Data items
------------------------------------
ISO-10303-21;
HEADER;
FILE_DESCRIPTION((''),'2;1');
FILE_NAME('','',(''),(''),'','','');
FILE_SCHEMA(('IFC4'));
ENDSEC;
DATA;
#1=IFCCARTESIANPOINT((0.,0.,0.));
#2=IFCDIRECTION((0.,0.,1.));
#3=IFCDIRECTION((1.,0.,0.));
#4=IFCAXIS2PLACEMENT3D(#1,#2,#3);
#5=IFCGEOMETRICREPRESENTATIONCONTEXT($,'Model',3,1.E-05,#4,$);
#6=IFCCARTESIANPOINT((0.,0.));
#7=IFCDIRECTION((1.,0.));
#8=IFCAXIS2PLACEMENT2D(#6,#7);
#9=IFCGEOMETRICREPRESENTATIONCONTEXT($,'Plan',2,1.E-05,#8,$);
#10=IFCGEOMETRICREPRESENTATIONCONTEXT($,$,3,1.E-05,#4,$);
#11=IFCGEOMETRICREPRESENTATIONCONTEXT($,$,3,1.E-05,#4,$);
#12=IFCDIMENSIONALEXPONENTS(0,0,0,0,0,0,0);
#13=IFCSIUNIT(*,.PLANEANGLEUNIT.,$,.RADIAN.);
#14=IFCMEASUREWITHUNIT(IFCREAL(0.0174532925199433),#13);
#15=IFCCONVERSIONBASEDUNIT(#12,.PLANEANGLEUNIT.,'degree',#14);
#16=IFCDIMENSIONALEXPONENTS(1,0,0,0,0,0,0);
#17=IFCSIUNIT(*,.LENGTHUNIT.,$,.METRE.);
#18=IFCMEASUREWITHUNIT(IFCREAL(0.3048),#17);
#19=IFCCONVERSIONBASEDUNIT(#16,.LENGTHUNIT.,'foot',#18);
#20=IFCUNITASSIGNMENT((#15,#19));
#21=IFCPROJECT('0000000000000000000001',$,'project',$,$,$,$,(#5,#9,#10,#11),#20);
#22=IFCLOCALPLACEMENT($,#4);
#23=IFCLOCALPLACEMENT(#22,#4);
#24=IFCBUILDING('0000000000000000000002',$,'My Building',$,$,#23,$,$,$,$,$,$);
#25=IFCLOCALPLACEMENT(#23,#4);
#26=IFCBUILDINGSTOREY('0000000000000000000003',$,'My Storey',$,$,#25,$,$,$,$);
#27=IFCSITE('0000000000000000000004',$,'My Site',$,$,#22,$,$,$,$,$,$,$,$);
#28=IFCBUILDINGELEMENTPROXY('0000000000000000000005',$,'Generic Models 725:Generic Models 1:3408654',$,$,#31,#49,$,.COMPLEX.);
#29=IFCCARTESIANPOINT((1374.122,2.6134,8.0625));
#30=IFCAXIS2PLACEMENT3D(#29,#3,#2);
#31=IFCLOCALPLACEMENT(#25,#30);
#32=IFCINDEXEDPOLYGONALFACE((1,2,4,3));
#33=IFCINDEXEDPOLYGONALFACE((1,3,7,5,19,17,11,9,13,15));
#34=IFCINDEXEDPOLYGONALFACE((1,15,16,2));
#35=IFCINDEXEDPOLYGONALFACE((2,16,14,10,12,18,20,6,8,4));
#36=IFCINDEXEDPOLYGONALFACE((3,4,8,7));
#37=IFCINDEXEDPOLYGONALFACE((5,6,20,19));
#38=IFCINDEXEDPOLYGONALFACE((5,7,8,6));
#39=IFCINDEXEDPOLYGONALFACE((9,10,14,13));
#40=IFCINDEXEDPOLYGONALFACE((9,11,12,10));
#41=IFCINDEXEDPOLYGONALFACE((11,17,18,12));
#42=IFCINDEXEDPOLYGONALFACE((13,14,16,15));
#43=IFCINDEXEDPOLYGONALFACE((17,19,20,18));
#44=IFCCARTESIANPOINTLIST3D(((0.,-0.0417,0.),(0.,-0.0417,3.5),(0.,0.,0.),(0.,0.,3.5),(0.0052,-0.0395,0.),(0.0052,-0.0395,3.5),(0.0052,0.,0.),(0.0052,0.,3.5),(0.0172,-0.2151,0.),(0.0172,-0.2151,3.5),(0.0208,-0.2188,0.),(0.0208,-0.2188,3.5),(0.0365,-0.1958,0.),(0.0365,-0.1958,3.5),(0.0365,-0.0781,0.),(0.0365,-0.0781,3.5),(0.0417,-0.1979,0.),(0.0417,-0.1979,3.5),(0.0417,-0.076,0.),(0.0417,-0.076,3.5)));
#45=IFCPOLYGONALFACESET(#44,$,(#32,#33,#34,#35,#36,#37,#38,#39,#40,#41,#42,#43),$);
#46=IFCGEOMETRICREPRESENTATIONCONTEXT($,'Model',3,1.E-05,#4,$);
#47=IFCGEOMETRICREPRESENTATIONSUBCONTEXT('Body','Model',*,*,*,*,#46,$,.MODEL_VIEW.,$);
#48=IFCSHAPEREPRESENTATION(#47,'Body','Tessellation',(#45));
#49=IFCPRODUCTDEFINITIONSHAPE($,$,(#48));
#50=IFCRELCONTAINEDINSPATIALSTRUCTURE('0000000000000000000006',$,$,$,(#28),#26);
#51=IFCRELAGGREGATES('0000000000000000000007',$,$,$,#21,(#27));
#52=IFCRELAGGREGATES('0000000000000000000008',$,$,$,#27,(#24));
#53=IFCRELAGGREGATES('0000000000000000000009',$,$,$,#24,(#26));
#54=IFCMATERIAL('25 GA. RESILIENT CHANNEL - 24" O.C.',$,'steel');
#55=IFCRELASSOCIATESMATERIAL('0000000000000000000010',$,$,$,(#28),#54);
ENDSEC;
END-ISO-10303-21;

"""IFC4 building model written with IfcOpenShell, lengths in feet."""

from ifc_helpers import new_model, entity, si_unit, converted_unit, frame, origin_with_axes, origin_2d_with_axis, place, context, subcontext, project, spatial, line, indexed_curve, outline, extrude, material, element, save


model = new_model("IFC4")

# Units and contexts
model_context_1 = context("Model", 3, precision=1e-05, world=origin_with_axes())
plan_context = context("Plan", 2, precision=1e-05, world=origin_2d_with_axis())
model_context_2 = context("Model", 3, precision=1e-05, world=origin_with_axes())
context_of_model_1 = context(None, 3, precision=1e-05, world=origin_with_axes())
context_of_model_2 = context(None, 3, precision=1e-05, world=origin_with_axes())
body_context = subcontext(model_context_2, "Body", "Model", "MODEL_VIEW")
ifc_project = project(units=[converted_unit("PLANEANGLEUNIT", "degree", entity("IfcReal", 0.0174532925199433), si_unit("PLANEANGLEUNIT", "RADIAN"), dimensions=[0, 0, 0, 0, 0, 0, 0]), converted_unit("LENGTHUNIT", "foot", entity("IfcReal", 0.3048), si_unit("LENGTHUNIT", "METRE"), dimensions=[1, 0, 0, 0, 0, 0, 0])], contexts=[model_context_1, plan_context, context_of_model_1, context_of_model_2])

# Site, building, storey
site_placement = place(None, origin_with_axes())
site = spatial("IfcSite", under=ifc_project, at=site_placement, Name="My Site")
building_placement = place(site_placement, origin_with_axes())
building = spatial("IfcBuilding", under=site, at=building_placement, Name="My Building")
storey_placement = place(building_placement, origin_with_axes())
storey = spatial("IfcBuildingStorey", under=building, at=storey_placement, Name="My Storey")

# Building element proxy
ifc_material_1 = material(Name="25 GA. RESILIENT CHANNEL - 24\" O.C.", Category="steel")
proxy_1_placement = place(storey_placement, frame((1374.122, 2.6134, 8.0625), z_axis=(1.0, 0.0, 0.0), x_axis=(0.0, 0.0, 1.0)))
element("IfcBuildingElementProxy", 1, at=proxy_1_placement, inside=storey, material=ifc_material_1, Name="Generic Models 725:Generic Models 1:3408654", PredefinedType="COMPLEX", context=body_context, shape_type="SweptSolid", body=[
    extrude(outline(indexed_curve([(0.0684, -0.0024), (0.1072, 0.0051), (0.1082, 0.0), (0.0673, -0.0079), (0.0246, 0.021), (-0.0909, -0.0012), (-0.1062, -0.0238), (-0.1105, -0.0209), (-0.094, 0.0035), (0.0258, 0.0266)], segments=[line(6, 5), line(5, 4), line(4, 3), line(3, 2), line(2, 1), line(1, 10), line(10, 9), line(9, 8), line(8, 7), line(7, 6)], self_intersect=False)), frame((0.0205, -0.1063, 0.0), z_axis=(0.0, 0.0, -1.0), x_axis=(-0.189091, 0.98196, 0.0)), (0.0, 0.0, -1.0), 3.5),
])

save(model, "model.ifc")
------------------------------------
■ **WORK INSTRUCTION**:
When the line with "#41=IFCINDEXEDPOLYGONALFACE((11,17,18,12));" is reached in the data above, begin copying, and stop after the line with "#43=IFCINDEXEDPOLYGONALFACE((17,19,20,18));"; copy each line exactly, both ends included.

■ **RESULT**:
#41=IFCINDEXEDPOLYGONALFACE((11,17,18,12));
#42=IFCINDEXEDPOLYGONALFACE((13,14,16,15));
#43=IFCINDEXEDPOLYGONALFACE((17,19,20,18));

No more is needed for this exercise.